Генри предположил, что новость, которую сообщили оба его посетителя, уже известна всем. Он слышал, что отношения между Уайльдом и сыном Куинсбери стали общим местом, но Стерджес и Госс, по-видимому, чувствовали, что они и еще кое-кто посвящены в подробности, а эти подробности, по их утверждению, были настолько ужасающи, что их едва ли можно было пересказать даже шепотом. Генри спокойно наблюдал за своими гостями, велел подать им чаю и внимательно выслушал их деликатные рассуждения о вещах, мягко говоря не очень деликатных.
Госс называл их «уличными мальчишками», но Стерджес позабавил Генри сильнее, упомянув вполголоса «молодых людей, чье местожительство не вполне постоянно».

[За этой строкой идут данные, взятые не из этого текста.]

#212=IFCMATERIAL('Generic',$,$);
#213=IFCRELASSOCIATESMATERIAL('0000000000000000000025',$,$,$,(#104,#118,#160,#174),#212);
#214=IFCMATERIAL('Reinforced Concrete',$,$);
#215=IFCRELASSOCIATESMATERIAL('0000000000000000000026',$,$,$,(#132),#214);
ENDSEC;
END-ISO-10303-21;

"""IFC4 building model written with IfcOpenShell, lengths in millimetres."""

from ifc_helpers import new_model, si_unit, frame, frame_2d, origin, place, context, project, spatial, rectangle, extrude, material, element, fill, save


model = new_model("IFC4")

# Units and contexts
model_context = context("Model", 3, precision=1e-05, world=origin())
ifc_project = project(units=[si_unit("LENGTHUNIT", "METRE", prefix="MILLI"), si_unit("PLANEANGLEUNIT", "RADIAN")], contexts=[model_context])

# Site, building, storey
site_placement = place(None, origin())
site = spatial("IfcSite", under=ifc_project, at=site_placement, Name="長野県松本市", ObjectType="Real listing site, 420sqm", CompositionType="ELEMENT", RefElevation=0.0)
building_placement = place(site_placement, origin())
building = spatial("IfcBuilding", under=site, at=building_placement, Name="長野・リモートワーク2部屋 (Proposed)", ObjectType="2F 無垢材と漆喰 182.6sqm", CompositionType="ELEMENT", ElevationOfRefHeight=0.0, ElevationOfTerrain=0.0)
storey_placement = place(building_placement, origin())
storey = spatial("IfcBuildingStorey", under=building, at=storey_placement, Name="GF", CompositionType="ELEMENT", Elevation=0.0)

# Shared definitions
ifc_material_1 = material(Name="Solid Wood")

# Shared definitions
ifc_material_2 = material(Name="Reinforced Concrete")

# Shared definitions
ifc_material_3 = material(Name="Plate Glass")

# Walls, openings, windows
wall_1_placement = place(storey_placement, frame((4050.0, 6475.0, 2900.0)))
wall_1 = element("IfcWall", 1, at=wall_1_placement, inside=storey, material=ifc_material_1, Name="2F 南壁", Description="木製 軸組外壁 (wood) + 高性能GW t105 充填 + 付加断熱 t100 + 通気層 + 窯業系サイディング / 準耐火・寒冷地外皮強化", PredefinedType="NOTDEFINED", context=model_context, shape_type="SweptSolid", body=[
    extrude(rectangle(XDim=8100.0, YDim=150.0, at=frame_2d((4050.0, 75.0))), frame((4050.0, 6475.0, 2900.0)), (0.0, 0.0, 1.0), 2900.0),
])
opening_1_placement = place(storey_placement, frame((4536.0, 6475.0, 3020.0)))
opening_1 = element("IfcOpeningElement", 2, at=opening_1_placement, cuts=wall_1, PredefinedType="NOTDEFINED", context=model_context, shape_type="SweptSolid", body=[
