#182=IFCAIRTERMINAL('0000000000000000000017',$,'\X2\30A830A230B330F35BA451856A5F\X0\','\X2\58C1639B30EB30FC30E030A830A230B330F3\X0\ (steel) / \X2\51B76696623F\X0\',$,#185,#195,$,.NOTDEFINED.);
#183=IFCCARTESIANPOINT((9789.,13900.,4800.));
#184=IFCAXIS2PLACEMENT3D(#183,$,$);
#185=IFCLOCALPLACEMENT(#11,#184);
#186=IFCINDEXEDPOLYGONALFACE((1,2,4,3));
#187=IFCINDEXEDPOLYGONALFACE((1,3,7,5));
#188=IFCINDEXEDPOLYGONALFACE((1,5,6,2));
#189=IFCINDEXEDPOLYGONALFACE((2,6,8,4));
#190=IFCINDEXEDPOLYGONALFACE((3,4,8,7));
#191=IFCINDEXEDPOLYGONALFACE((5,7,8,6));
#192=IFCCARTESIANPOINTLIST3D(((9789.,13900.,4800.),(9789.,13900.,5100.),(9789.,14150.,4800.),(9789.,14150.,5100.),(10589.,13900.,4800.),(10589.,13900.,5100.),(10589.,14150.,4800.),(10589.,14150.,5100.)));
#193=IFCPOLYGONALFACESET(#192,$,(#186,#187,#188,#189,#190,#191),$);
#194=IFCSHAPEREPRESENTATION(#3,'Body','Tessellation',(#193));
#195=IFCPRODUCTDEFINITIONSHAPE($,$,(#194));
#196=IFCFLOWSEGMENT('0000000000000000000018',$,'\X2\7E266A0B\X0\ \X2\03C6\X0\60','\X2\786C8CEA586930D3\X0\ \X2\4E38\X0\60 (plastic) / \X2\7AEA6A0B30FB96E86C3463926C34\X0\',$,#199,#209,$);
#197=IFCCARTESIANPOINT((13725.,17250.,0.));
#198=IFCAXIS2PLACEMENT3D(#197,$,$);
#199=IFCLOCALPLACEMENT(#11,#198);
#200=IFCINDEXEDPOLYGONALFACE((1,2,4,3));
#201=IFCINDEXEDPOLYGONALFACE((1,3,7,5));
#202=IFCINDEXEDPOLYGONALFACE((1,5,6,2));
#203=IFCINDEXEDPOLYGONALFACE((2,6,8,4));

– Он их нанимает, как вы нанимаете кэб, – наконец позволил себе Госс выразиться напрямую.
– За деньги? – невинно поинтересовался Генри.
Госс очень серьезно кивнул. Генри так и подмывало улыбнуться, но он тоже хранил серьезность.
Его это не поразило и ничуть не шокировало. Все, что касалось Уайльда, с того самого момента, когда Генри впервые его увидел, даже когда они встретились в Вашингтоне у Кловер Адамс[21]
, предполагало глубочайшие залежи тайного и наслоения неизведанного. Поведай ему Госс и Стерджес, что Уайльд каждую ночь, переодевшись женой священника, раздает милостыню беднякам, это бы его ничуть не удивило. Он смутно припоминал рассказанные кем-то обрывочные сведения о родителях Уайльда, не то о безумии его матери, не то о ее революционных настроениях, а может – о том и о другом вместе, о распутстве его отца или, возможно, о– А где жена Уайльда? – спросил он у Госса.
– Дома. Дожидается его с кучей неоплаченных счетов и двумя маленькими сыновьями.
Генри не смог нарисовать мысленный портрет миссис Уайльд, и вряд ли он вообще когда-нибудь встречался с ней. Он даже не знал, да и Госс тоже, ирландка она или нет. Но вот мысль о маленьких сыновьях – ангельской, как уверял Госс, наружности – больно его задела. Он вообразил двух ангелочков, ждущих возвращения своего чудовищного папаши, и подумал, хорошо, мол, что он не знает их имен. Он представлял, как они, знать не зная об отцовской репутации, все же медленно составляют о нем впечатление и тоскуют о нем, когда его нет рядом.